INDEE Japan 津田真吾氏(以下、敬称略):先日、Relic北嶋貴朗さんとクリステンセン教授の著書『繁栄のパラドクス』や『ジョブ理論』を題材にしながら、市場創造型イノベーションとは何かについて、起点となる「顧客のジョブ」や「無消費」などを考える対談を行ないました。

 その対談で、多くの日本企業が持続的イノベーションと効率化イノベーションばかりになってきている中で、『繁栄のパラドクス』でソニーが事例として挙げられおり、今後、どのような市場創造型イノベーションを実現するのだろうかという話になったんです。斉藤さんは現在、R&D部門のマネジメントをなさっていますが、その前は新規事業部門にいらっしゃいましたね。ソニーの新規事業部門では、将来の核となる大きな市場に向けた事業を期待されると思いますが、どういった進め方をなさっていたのでしょうか。

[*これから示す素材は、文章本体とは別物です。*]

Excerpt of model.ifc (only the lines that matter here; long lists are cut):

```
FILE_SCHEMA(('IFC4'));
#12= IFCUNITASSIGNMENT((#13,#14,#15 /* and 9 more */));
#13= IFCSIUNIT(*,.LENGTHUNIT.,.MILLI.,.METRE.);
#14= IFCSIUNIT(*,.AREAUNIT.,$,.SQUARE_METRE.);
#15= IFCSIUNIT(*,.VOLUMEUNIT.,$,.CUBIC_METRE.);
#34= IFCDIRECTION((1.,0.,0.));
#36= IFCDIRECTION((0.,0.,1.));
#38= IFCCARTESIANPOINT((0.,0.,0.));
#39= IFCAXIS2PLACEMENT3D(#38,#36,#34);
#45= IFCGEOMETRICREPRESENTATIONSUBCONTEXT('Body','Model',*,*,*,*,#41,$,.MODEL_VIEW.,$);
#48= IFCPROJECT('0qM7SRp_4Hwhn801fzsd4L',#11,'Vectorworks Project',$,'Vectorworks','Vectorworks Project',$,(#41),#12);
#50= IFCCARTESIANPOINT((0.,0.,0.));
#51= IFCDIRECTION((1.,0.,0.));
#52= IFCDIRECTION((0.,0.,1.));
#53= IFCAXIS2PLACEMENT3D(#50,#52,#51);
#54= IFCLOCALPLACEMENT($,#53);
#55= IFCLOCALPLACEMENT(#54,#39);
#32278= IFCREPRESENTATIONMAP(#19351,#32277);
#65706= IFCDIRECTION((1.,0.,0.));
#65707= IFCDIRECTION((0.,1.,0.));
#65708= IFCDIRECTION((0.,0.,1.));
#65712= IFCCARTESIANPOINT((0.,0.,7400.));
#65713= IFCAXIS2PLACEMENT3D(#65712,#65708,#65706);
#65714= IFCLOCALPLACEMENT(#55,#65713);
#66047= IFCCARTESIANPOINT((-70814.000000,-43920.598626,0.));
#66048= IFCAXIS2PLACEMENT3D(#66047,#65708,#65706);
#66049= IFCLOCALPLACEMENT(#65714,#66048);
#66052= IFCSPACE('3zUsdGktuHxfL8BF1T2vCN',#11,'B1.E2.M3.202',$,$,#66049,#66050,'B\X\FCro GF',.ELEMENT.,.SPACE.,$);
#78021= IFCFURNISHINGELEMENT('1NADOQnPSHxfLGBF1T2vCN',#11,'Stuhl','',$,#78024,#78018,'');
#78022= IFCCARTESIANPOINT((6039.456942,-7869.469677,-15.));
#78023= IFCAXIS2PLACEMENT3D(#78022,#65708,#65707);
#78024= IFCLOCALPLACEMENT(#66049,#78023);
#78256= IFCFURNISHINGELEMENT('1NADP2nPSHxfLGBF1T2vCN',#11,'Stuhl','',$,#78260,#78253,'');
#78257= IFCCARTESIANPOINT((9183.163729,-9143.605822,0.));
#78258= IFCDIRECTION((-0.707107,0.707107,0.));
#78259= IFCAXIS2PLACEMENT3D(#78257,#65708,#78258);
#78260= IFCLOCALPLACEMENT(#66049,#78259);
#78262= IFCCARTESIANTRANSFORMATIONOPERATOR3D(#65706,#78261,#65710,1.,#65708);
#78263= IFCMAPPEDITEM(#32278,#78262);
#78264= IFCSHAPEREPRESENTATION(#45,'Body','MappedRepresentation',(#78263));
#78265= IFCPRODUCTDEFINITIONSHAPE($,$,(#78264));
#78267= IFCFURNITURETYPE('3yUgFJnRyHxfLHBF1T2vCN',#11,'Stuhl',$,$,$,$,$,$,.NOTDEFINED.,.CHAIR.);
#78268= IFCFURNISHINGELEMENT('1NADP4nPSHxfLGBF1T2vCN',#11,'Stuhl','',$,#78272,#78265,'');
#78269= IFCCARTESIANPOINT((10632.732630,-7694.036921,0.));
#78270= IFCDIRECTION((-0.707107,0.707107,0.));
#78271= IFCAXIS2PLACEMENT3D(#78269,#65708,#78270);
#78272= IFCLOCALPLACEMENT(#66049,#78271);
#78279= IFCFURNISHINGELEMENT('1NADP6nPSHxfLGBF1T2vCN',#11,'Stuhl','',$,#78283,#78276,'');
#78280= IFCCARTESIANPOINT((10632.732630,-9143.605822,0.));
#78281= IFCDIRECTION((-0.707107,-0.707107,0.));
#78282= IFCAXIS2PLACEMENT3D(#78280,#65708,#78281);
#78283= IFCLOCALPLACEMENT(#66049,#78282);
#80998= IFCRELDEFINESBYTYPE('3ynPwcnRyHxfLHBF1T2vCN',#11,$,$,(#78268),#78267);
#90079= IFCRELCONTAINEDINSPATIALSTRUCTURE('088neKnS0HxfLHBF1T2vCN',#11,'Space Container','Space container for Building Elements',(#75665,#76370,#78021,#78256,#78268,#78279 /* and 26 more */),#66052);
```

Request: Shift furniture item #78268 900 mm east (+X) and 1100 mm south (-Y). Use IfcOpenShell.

```python
import ifcopenshell
import ifcopenshell.api.geometry
import ifcopenshell.util.placement

model = ifcopenshell.open("model.ifc")

item = model.by_guid("1NADP4nPSHxfLGBF1T2vCN")
matrix = ifcopenshell.util.placement.get_local_placement(item.ObjectPlacement)
matrix[0, 3] += 900.0
matrix[1, 3] -= 1100.0
ifcopenshell.api.geometry.edit_object_placement(model, product=item, matrix=matrix, is_si=False)

print(ifcopenshell.util.placement.get_local_placement(item.ObjectPlacement).round(3) + 0.0)

model.write("model_v2.ifc")
```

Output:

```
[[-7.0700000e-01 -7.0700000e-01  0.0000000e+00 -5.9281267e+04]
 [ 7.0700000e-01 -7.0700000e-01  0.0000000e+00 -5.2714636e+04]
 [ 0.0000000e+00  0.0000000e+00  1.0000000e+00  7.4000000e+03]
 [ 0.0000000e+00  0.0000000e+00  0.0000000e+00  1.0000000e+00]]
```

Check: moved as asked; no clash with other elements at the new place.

ソニー株式会社 R&Dセンター 事業探索・技術戦略部門 副部門長 斉藤 博 氏(以下、敬称略):1年前まで5年間、新規事業部門におりました。前社長直轄の部門で、「スピード感を持つように」とは言われましたが、どの事業領域か、どのぐらいの売り上げ目標かなどは一切限定されていませんでした。他社の新規事業担当の方々と話していて気づいたのですが、社長直轄の部署でも、実際には経営者のコミットを感じられない場合も多いようですね。その点で、恵まれていたなと思います。

津田:クリステンセン教授は『繁栄のパラドクス』の中で、市場創造型イノベーションにおいて重要な原則を5つ挙げていますが、その中の1つが「経営者のコミット」です。社長直轄の部署だということで、この原則に当てはまっていますね。

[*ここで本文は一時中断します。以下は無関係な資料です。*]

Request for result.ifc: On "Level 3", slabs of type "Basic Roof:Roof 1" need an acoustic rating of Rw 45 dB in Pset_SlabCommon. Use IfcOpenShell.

First a look at what the model holds.

```python
import ifcopenshell
import ifcopenshell.util.element

model = ifcopenshell.open("result.ifc")
print(model.schema)
storey = next(s for s in model.by_type("IfcBuildingStorey") if s.Name == "Level 3")
slabs = [e for e in ifcopenshell.util.element.get_decomposition(storey) if e.is_a("IfcSlab")]
seen = {}
for e in slabs:
    element_type = ifcopenshell.util.element.get_type(e)
    key = (element_type.Name if element_type != e and element_type else None, ifcopenshell.util.element.get_pset(e, "Pset_SlabCommon", "AcousticRating"))
    seen[key] = seen.get(key, 0) + 1
for (name, value), count in sorted(seen.items(), key=str):
    print(count, "x", name, "|", value)
```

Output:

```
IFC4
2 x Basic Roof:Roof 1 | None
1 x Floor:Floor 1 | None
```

```python
import ifcopenshell
import ifcopenshell.api.pset
import ifcopenshell.util.element

model = ifcopenshell.open("result.ifc")

storey = next(s for s in model.by_type("IfcBuildingStorey") if s.Name == "Level 3")
slabs = [e for e in ifcopenshell.util.element.get_decomposition(storey) if e.is_a("IfcSlab")]

count = 0
for e in slabs:
    element_type = ifcopenshell.util.element.get_type(e)
    if element_type in (None, e) or element_type.Name != "Basic Roof:Roof 1":
        continue
    # add_pset returns the element's existing set when there is one.
    pset = ifcopenshell.api.pset.add_pset(model, product=e, name="Pset_SlabCommon")
    ifcopenshell.api.pset.edit_pset(model, pset=pset, properties={"AcousticRating": "Rw 45 dB"})
    count += 1

print(count, "slabs updated")

model.write("result_updated.ifc")
```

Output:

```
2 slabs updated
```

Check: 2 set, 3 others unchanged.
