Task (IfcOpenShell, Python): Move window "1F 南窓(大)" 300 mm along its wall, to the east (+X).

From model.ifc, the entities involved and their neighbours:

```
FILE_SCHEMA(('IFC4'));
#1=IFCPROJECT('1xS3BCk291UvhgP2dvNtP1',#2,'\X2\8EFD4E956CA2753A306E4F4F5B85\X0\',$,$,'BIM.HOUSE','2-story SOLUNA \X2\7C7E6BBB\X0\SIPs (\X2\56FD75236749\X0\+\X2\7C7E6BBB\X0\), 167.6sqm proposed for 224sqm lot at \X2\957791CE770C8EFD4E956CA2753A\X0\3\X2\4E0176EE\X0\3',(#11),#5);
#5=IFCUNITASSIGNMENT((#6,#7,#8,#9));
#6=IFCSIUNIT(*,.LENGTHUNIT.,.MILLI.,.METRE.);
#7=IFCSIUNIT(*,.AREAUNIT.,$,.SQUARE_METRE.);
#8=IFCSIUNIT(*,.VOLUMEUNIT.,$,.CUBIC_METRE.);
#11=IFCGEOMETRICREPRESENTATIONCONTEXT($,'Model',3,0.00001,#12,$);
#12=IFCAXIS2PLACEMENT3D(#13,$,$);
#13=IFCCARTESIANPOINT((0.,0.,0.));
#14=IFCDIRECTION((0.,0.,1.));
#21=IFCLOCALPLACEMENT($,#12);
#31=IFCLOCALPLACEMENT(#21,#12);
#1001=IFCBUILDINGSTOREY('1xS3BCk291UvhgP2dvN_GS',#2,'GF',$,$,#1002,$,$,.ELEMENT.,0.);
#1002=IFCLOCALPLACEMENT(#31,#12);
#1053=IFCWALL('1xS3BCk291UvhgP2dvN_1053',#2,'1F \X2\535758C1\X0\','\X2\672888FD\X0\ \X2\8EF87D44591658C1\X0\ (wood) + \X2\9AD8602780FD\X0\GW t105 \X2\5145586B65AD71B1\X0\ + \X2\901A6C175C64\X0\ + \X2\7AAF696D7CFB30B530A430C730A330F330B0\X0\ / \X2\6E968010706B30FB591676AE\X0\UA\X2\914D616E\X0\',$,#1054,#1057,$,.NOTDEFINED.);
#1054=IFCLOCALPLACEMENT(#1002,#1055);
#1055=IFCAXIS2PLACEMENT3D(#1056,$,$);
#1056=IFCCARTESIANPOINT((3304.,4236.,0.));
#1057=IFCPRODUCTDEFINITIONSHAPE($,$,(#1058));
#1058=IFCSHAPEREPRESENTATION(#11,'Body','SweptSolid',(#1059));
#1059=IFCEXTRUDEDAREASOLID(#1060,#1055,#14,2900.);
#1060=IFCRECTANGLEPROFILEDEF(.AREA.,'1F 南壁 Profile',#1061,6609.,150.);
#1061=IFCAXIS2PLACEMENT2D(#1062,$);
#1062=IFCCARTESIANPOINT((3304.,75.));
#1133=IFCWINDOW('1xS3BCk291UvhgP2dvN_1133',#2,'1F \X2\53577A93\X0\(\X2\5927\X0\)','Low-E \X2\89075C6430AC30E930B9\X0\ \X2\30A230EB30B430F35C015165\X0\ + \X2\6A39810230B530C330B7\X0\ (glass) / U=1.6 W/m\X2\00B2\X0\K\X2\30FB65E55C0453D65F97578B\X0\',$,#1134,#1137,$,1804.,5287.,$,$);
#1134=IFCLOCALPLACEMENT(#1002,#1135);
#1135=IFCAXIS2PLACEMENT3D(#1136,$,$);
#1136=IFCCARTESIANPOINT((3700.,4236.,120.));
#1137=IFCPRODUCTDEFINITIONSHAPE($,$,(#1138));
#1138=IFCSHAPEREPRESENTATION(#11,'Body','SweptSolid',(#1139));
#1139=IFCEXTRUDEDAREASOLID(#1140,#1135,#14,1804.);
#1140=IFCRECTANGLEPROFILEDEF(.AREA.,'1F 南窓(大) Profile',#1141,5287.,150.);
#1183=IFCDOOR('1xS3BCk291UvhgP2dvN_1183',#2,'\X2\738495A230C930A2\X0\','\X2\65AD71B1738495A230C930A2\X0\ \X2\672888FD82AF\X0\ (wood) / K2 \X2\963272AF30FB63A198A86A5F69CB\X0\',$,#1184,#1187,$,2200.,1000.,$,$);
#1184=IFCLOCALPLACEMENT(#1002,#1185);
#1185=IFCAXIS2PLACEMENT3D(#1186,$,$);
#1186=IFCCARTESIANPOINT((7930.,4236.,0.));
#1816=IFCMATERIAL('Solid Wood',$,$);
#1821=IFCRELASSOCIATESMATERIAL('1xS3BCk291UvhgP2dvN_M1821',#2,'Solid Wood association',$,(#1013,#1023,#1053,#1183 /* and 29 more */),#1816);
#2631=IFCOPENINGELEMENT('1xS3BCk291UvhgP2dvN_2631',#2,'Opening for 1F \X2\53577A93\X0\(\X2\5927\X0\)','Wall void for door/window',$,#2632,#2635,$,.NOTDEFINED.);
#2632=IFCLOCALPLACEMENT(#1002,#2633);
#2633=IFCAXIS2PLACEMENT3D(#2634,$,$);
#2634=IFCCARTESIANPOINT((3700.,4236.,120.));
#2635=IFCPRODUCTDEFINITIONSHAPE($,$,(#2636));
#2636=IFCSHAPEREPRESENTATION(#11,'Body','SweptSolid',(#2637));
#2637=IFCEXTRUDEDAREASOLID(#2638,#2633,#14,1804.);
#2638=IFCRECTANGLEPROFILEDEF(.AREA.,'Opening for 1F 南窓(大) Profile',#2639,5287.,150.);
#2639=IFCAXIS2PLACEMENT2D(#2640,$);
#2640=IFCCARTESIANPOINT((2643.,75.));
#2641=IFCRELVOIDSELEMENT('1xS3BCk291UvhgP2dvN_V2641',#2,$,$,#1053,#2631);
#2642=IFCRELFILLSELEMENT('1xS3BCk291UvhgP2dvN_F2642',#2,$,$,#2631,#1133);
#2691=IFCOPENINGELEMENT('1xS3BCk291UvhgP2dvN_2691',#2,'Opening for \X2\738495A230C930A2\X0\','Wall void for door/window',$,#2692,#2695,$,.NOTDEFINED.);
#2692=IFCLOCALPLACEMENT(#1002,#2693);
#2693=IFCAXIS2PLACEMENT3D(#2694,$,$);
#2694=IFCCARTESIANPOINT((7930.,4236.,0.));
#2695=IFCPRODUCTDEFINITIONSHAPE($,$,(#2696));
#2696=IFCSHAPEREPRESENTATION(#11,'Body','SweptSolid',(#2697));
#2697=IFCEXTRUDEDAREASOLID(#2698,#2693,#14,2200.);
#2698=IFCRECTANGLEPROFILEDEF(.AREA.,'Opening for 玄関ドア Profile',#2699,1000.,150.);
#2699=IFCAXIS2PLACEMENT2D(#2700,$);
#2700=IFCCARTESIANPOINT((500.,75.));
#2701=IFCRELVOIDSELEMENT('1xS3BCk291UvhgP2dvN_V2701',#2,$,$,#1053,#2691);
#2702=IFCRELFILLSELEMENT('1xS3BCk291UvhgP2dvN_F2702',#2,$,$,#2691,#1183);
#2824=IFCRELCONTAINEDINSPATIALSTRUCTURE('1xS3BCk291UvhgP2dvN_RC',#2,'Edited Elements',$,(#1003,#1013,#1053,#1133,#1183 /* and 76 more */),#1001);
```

```python
import ifcopenshell
import ifcopenshell.api.geometry
import ifcopenshell.util.placement

model = ifcopenshell.open("model.ifc")

window = model.by_guid("1xS3BCk291UvhgP2dvN_1133")
opening = window.FillsVoids[0].RelatingOpeningElement
wall = opening.VoidsElements[0].RelatingBuildingElement

wall_matrix = ifcopenshell.util.placement.get_local_placement(wall.ObjectPlacement)
shift = wall_matrix[:3, 0] * 300.0
before = ifcopenshell.util.placement.get_local_placement(window.ObjectPlacement)[:3, 3].copy()

# The window is not placed relative to its opening, so move both.
for product in (opening, window):
    matrix = ifcopenshell.util.placement.get_local_placement(product.ObjectPlacement)
    matrix[:3, 3] += shift
    ifcopenshell.api.geometry.edit_object_placement(model, product=product, matrix=matrix, is_si=False)

after = ifcopenshell.util.placement.get_local_placement(window.ObjectPlacement)[:3, 3]
print("window moved by", (after - before).round(3) + 0.0)

model.write("model_rev.ifc")
```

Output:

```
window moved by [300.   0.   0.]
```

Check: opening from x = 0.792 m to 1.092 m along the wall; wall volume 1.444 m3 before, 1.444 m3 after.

 しかし、当時の社長の平井さんは何に関してスピード感を持つようにおっしゃっていたのでしょうか。社長がスピードを求めると、多くの企業の場合、社員は事業化のための売り上げの確保や利益化に対してのスピードを求められていると捉えそうです。

斉藤:商品やサービスを導入することのスピードについて良く言われました。その他は社長から具体的に指示があったわけではなかったので、プロトタイピングや仮説検証のスピードを早めよ、ということだと解釈してやっていましたね。結果、5年の間に全く違うテクノロジーを活用した新しいプロダクトを5つ出すことができました。

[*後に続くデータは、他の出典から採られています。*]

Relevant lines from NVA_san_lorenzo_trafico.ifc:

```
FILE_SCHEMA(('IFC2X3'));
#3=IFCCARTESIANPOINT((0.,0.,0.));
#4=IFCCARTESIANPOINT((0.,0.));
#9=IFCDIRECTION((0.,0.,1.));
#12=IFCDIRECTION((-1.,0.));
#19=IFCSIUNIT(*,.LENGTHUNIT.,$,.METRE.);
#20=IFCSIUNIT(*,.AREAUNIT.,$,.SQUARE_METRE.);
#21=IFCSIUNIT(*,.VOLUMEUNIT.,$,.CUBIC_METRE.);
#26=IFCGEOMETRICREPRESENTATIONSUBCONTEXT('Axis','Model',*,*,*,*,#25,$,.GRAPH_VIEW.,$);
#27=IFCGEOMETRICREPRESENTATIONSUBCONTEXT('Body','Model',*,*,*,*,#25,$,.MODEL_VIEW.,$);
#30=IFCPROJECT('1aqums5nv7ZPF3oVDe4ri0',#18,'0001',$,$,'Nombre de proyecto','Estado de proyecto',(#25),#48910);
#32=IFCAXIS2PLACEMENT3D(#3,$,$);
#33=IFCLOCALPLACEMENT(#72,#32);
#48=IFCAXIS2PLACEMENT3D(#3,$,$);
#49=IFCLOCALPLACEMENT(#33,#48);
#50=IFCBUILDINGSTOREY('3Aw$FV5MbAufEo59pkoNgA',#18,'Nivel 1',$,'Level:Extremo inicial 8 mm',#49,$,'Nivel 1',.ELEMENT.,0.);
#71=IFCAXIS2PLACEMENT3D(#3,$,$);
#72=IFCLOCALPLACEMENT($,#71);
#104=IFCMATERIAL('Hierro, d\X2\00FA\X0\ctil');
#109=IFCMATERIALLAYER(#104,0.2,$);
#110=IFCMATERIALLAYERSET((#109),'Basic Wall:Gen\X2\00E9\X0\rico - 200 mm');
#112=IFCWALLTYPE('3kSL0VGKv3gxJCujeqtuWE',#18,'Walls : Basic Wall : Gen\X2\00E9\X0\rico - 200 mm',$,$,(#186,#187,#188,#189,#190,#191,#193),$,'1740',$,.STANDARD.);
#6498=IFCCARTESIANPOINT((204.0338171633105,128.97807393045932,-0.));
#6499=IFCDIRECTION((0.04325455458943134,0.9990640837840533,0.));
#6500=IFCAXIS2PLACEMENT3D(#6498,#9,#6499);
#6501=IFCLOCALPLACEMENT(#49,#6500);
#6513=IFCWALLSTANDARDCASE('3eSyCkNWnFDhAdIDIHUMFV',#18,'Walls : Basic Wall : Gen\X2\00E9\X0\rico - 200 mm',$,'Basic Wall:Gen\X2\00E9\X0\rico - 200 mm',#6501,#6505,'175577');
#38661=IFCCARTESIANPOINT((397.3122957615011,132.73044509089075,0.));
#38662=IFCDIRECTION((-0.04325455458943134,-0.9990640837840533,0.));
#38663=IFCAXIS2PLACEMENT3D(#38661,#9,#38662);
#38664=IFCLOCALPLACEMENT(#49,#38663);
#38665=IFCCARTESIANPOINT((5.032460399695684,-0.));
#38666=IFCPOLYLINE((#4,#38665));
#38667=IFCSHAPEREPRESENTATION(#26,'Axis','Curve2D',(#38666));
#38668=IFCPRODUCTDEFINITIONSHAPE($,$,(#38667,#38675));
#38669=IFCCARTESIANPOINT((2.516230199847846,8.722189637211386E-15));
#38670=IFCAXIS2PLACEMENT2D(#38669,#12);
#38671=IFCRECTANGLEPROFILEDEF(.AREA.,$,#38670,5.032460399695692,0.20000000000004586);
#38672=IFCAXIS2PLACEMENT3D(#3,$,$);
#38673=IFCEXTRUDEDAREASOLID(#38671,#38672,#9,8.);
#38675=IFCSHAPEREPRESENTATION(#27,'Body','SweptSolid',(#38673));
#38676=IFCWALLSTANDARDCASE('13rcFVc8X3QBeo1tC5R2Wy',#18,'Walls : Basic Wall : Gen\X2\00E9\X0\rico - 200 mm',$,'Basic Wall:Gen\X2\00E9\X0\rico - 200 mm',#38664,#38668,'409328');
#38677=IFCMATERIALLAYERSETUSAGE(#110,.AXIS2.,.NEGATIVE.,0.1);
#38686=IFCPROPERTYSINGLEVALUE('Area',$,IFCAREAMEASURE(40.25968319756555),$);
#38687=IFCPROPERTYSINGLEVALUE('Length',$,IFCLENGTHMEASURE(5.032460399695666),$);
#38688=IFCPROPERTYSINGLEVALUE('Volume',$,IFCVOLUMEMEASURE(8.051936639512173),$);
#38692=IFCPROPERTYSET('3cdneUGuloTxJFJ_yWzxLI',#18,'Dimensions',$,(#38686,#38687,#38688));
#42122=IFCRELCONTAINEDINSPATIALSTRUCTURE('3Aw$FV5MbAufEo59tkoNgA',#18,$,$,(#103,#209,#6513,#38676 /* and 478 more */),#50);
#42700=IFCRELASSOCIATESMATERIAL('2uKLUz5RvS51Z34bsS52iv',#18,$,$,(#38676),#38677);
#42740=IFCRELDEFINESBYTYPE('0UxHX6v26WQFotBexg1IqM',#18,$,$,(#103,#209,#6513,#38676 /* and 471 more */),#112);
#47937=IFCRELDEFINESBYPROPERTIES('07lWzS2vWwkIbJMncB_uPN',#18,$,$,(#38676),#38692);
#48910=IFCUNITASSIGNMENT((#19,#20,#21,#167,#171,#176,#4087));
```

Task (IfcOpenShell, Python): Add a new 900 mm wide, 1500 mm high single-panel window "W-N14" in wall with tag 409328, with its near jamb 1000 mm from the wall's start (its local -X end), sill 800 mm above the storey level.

```python
import numpy as np
import ifcopenshell
import ifcopenshell.api.feature
import ifcopenshell.api.geometry
import ifcopenshell.api.pset
import ifcopenshell.api.root
import ifcopenshell.api.spatial
import ifcopenshell.api.type
import ifcopenshell.geom
import ifcopenshell.util.element
import ifcopenshell.util.placement
import ifcopenshell.util.representation
import ifcopenshell.util.shape
import ifcopenshell.util.unit

model = ifcopenshell.open("NVA_san_lorenzo_trafico.ifc")
unit_scale = ifcopenshell.util.unit.calculate_unit_scale(model)
area_scale = ifcopenshell.util.unit.calculate_unit_scale(model, "AREAUNIT")
volume_scale = ifcopenshell.util.unit.calculate_unit_scale(model, "VOLUMEUNIT")
settings = ifcopenshell.geom.settings()


def volume(element):
    """Net volume in cubic metres, openings subtracted."""
    shape = ifcopenshell.geom.create_shape(settings, element)
    return ifcopenshell.util.shape.get_volume(shape.geometry)


wall = model.by_guid("13rcFVc8X3QBeo1tC5R2Wy")
storey = ifcopenshell.util.element.get_container(wall, ifc_class="IfcBuildingStorey")
context = ifcopenshell.util.representation.get_context(model, "Model", "Body", "MODEL_VIEW")
before = volume(wall)

width, height, from_end, sill = 0.9, 1.5, 1, 0.8  # metres

# The wall runs along its own X axis, and the end named is its -X end.
wall_shape = ifcopenshell.geom.create_shape(settings, wall)
x, y, z = ifcopenshell.util.shape.get_vertices(wall_shape.geometry).T
start = x.min() + from_end
face, thickness = float(y.min()), float(y.max() - y.min())
wall_matrix = ifcopenshell.util.placement.get_local_placement(wall.ObjectPlacement)
level = ifcopenshell.util.placement.get_local_placement(storey.ObjectPlacement)[2, 3]


def in_wall(x, y):
    """Placement at x, y metres in the wall's axes, at sill height."""
    matrix = wall_matrix.copy()
    matrix[:, 3] = wall_matrix @ np.array([x / unit_scale, y / unit_scale, 0.0, 1.0])
    matrix[2, 3] = level + sill / unit_scale
    return matrix


# Opening: a box that overshoots both wall faces by 50 mm.
opening = ifcopenshell.api.root.create_entity(model, ifc_class="IfcOpeningElement")
box = ifcopenshell.api.geometry.add_wall_representation(
    model, context=context, length=width, height=height, thickness=thickness + 0.1
)
ifcopenshell.api.geometry.assign_representation(model, product=opening, representation=box)
ifcopenshell.api.geometry.edit_object_placement(model, product=opening, matrix=in_wall(start, face - 0.05), is_si=False)
ifcopenshell.api.feature.add_feature(model, feature=opening, element=wall)

window = ifcopenshell.api.root.create_entity(model, ifc_class="IfcWindow", name="W-N14")
window.OverallWidth, window.OverallHeight = width / unit_scale, height / unit_scale
body = ifcopenshell.api.geometry.add_window_representation(
    model,
    context=context,
    overall_width=window.OverallWidth,
    overall_height=window.OverallHeight,
    partition_type="SINGLE_PANEL",
)
ifcopenshell.api.geometry.assign_representation(model, product=window, representation=body)
ifcopenshell.api.spatial.assign_container(model, products=[window], relating_structure=storey)
fills = ifcopenshell.api.feature.add_filling(model, opening=opening, element=window)
fills.OwnerHistory = window.OwnerHistory  # required in IFC2X3

# IFC2X3 keeps the operation on the window style.
style = ifcopenshell.api.root.create_entity(model, ifc_class="IfcWindowStyle", name="W-N14")
style.OperationType, style.ConstructionType = "SINGLE_PANEL", "NOTDEFINED"
style.ParameterTakesPrecedence = style.Sizeable = False
ifcopenshell.api.type.assign_type(model, related_objects=[window], relating_type=style)

# Centre the window in the wall's thickness.
ifcopenshell.api.geometry.edit_object_placement(model, product=window, matrix=in_wall(start, face), is_si=False)
window_shape = ifcopenshell.geom.create_shape(settings, window)
depth = ifcopenshell.util.shape.get_vertices(window_shape.geometry)[:, 1]
offset = face + thickness / 2 - (depth.min() + depth.max()) / 2
ifcopenshell.api.geometry.edit_object_placement(model, product=window, matrix=in_wall(start, offset), is_si=False)

after = volume(wall)

# Update the wall's stored quantities.
pset = model.by_id(ifcopenshell.util.element.get_pset(wall, "Dimensions", should_inherit=False)["id"])
ifcopenshell.api.pset.edit_pset(model, pset=pset, properties={
    "Area": model.create_entity("IfcAreaMeasure", after / thickness / area_scale),
    "Volume": model.create_entity("IfcVolumeMeasure", after / volume_scale),
})

print(f"wall volume {before:.3f} -> {after:.3f} m3")

model.write("NVA_san_lorenzo_trafico_v2.ifc")
```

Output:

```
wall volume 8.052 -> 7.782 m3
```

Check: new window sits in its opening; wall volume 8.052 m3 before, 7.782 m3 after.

津田:アイディエーション、プロトタイプ、仮説検証等の新規事業開発プロセスの中で、どこに一番ワクワクしますか?

斉藤:圧倒的にアイディエーションです。クリステンセン教授の『繁栄のパラドクス』や『ジョブ理論』でも、未解決の顧客のジョブを発見する際に、「異なるレンズ」で見ることが重要だと書かれていますよね。見ていることに対してモヤモヤが残る場合、「実はこうじゃないか」と考えていて、固定観念を脱して考え直して「ああ、こういうことか!」と気づく瞬間が非常に楽しいです。でも、新規事業を担当している方でもアイディエーションの楽しさを味わえている人は少ないと感じます。

津田:なぜなんでしょう?

斉藤:おそらく日本では、新規事業と言いながらも、実際には持続的イノベーションと効率化イノベーションにばかり取り組んできたからでしょう。常に課題解決のソリューションを考えることばかり求められていれば当然ですよね。課題自体が何かを考える機会が圧倒的に少ないんですよ。

 『ジョブ理論』にもミルクシェイクが売れない場合のことが書かれていますよね。もっと売れるようにするためにはどうするかというHOWを考えるのではなく、そもそもなぜ売れないのかとWHYを考えることが必要だ、と。でもどうしても、価格を下げることやCMを増やすというHOWを考えてしまうんですよね。

斉藤博斉藤 博氏(ソニー株式会社 R&Dセンター 事業探索・技術戦略部門 副部門長)
ソニー入社後、商品企画業務や海外でのマーケティング活動に従事。カメラ事業やゲーム事業等で多岐に亘る商品の企画を統括した。特に、ミラーレス一眼NEXシリーズやPlayStation® 4など、新規性の高い商品の立ち上げを多く担当。その後、社内起業家(イントラプレナー)として社長直下の新規事業プロジェクトを牽引。現在は同社R&Dセンター 事業探索・技術戦略部門で副部門長を務める。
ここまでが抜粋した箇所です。